*** Excerpted data ***
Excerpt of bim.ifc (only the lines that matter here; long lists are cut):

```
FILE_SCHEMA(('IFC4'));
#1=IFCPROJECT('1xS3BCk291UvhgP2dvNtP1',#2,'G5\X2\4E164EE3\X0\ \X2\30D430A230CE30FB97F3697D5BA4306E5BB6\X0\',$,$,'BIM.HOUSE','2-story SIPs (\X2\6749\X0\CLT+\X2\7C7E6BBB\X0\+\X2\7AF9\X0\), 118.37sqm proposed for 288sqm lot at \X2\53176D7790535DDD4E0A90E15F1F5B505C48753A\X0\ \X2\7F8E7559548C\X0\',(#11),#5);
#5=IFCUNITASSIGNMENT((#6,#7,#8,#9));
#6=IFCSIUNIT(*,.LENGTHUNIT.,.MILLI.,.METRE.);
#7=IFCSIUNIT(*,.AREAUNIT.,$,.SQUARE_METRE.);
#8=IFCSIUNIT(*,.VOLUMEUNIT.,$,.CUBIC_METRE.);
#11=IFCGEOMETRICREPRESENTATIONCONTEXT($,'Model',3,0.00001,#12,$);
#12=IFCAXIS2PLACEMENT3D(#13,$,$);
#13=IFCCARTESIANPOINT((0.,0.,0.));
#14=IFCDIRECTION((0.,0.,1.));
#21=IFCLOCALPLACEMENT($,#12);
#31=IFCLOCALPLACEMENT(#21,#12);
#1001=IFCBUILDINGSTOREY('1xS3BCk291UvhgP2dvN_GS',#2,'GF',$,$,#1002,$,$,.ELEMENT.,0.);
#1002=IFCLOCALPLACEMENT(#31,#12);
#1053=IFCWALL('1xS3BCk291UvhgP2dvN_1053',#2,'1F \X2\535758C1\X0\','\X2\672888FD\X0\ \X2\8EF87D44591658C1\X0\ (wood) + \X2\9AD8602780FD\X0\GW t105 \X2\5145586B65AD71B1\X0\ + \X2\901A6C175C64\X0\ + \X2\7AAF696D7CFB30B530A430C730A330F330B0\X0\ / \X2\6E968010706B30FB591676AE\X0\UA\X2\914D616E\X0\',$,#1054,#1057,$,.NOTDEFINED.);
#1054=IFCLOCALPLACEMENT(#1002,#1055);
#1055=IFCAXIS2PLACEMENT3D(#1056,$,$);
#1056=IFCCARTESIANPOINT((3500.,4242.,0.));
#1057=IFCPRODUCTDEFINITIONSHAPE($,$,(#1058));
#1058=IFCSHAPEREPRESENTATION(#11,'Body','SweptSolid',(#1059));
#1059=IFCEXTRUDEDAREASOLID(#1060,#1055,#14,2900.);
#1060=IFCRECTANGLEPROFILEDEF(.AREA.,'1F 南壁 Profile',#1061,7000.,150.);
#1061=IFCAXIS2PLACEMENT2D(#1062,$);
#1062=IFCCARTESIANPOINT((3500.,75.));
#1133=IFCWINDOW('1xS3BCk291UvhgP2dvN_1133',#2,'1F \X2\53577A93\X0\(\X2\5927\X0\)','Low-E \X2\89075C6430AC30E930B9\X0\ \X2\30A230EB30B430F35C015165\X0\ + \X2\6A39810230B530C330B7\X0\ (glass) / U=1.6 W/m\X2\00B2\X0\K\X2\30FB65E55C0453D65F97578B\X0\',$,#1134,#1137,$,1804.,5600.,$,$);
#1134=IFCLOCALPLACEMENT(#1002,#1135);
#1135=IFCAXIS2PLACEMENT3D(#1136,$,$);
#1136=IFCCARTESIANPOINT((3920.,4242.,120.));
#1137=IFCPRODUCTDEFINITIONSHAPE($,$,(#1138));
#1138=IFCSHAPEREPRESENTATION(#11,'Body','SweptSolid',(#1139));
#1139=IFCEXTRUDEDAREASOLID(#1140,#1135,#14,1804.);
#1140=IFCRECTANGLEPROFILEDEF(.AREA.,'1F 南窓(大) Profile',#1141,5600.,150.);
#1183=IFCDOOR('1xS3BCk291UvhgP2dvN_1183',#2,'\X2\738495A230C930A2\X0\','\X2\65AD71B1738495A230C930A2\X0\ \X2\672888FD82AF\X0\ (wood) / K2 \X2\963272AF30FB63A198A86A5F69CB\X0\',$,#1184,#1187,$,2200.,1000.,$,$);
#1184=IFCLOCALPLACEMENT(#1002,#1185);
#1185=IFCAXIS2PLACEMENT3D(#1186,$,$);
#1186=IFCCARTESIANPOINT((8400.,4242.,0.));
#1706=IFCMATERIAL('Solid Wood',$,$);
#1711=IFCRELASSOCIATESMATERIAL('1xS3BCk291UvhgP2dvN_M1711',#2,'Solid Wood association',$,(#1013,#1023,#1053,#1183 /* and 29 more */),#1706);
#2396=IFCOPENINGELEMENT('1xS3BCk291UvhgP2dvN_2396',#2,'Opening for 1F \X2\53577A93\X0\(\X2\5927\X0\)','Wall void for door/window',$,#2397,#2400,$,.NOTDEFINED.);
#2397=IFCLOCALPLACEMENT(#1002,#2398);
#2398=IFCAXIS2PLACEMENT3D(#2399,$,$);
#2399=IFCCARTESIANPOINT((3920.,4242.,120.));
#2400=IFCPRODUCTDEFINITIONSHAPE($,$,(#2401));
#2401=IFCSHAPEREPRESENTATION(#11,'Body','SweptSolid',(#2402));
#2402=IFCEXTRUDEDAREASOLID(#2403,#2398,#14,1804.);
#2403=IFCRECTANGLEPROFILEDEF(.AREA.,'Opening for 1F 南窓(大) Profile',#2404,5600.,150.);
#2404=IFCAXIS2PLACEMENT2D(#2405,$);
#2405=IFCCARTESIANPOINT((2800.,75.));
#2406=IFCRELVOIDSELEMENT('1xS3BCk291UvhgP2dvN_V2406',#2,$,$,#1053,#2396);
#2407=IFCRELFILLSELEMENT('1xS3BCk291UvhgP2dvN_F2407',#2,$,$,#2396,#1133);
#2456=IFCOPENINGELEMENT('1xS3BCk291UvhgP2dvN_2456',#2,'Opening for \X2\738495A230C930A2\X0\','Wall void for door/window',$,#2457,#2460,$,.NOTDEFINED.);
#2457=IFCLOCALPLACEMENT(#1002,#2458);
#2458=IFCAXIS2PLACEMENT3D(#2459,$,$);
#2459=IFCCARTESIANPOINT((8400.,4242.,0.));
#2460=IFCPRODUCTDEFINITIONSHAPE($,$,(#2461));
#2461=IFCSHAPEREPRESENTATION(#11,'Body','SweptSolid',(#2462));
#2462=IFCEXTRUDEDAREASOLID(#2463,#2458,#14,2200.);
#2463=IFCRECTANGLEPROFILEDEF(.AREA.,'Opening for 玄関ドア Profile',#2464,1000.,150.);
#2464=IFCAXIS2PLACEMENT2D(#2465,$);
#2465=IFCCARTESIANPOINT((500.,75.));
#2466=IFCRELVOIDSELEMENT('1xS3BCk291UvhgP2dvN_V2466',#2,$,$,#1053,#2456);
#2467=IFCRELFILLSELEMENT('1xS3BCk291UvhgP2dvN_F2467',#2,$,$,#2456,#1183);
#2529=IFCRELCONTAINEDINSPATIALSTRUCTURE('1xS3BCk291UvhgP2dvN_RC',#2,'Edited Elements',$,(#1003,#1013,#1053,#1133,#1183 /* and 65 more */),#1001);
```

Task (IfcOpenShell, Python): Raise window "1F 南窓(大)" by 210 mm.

```python
import numpy as np
import ifcopenshell
import ifcopenshell.api.geometry
import ifcopenshell.util.placement
import ifcopenshell.util.unit

model = ifcopenshell.open("bim.ifc")
unit_scale = ifcopenshell.util.unit.calculate_unit_scale(model)

window = model.by_guid("1xS3BCk291UvhgP2dvN_1133")
opening = window.FillsVoids[0].RelatingOpeningElement
dz = 210.0

shift = np.array([0.0, 0.0, dz])
# The window is not placed relative to its opening, so move both.
for product in (opening, window):
    matrix = ifcopenshell.util.placement.get_local_placement(product.ObjectPlacement)
    matrix[:3, 3] += shift
    ifcopenshell.api.geometry.edit_object_placement(model, product=product, matrix=matrix, is_si=False)

print(f"moved by {dz * unit_scale:+.3f} m")

model.write("bim_edited.ifc")
```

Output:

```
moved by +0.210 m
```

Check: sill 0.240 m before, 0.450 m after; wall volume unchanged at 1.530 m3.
*** End of Excerpted data ***
Your goal - Copy out each line of the data that includes the string "IFCPRODUCTDEFINITIONSHAPE".

Reply to the task -
#1057=IFCPRODUCTDEFINITIONSHAPE($,$,(#1058));
#1137=IFCPRODUCTDEFINITIONSHAPE($,$,(#1138));
#2400=IFCPRODUCTDEFINITIONSHAPE($,$,(#2401));
#2460=IFCPRODUCTDEFINITIONSHAPE($,$,(#2461));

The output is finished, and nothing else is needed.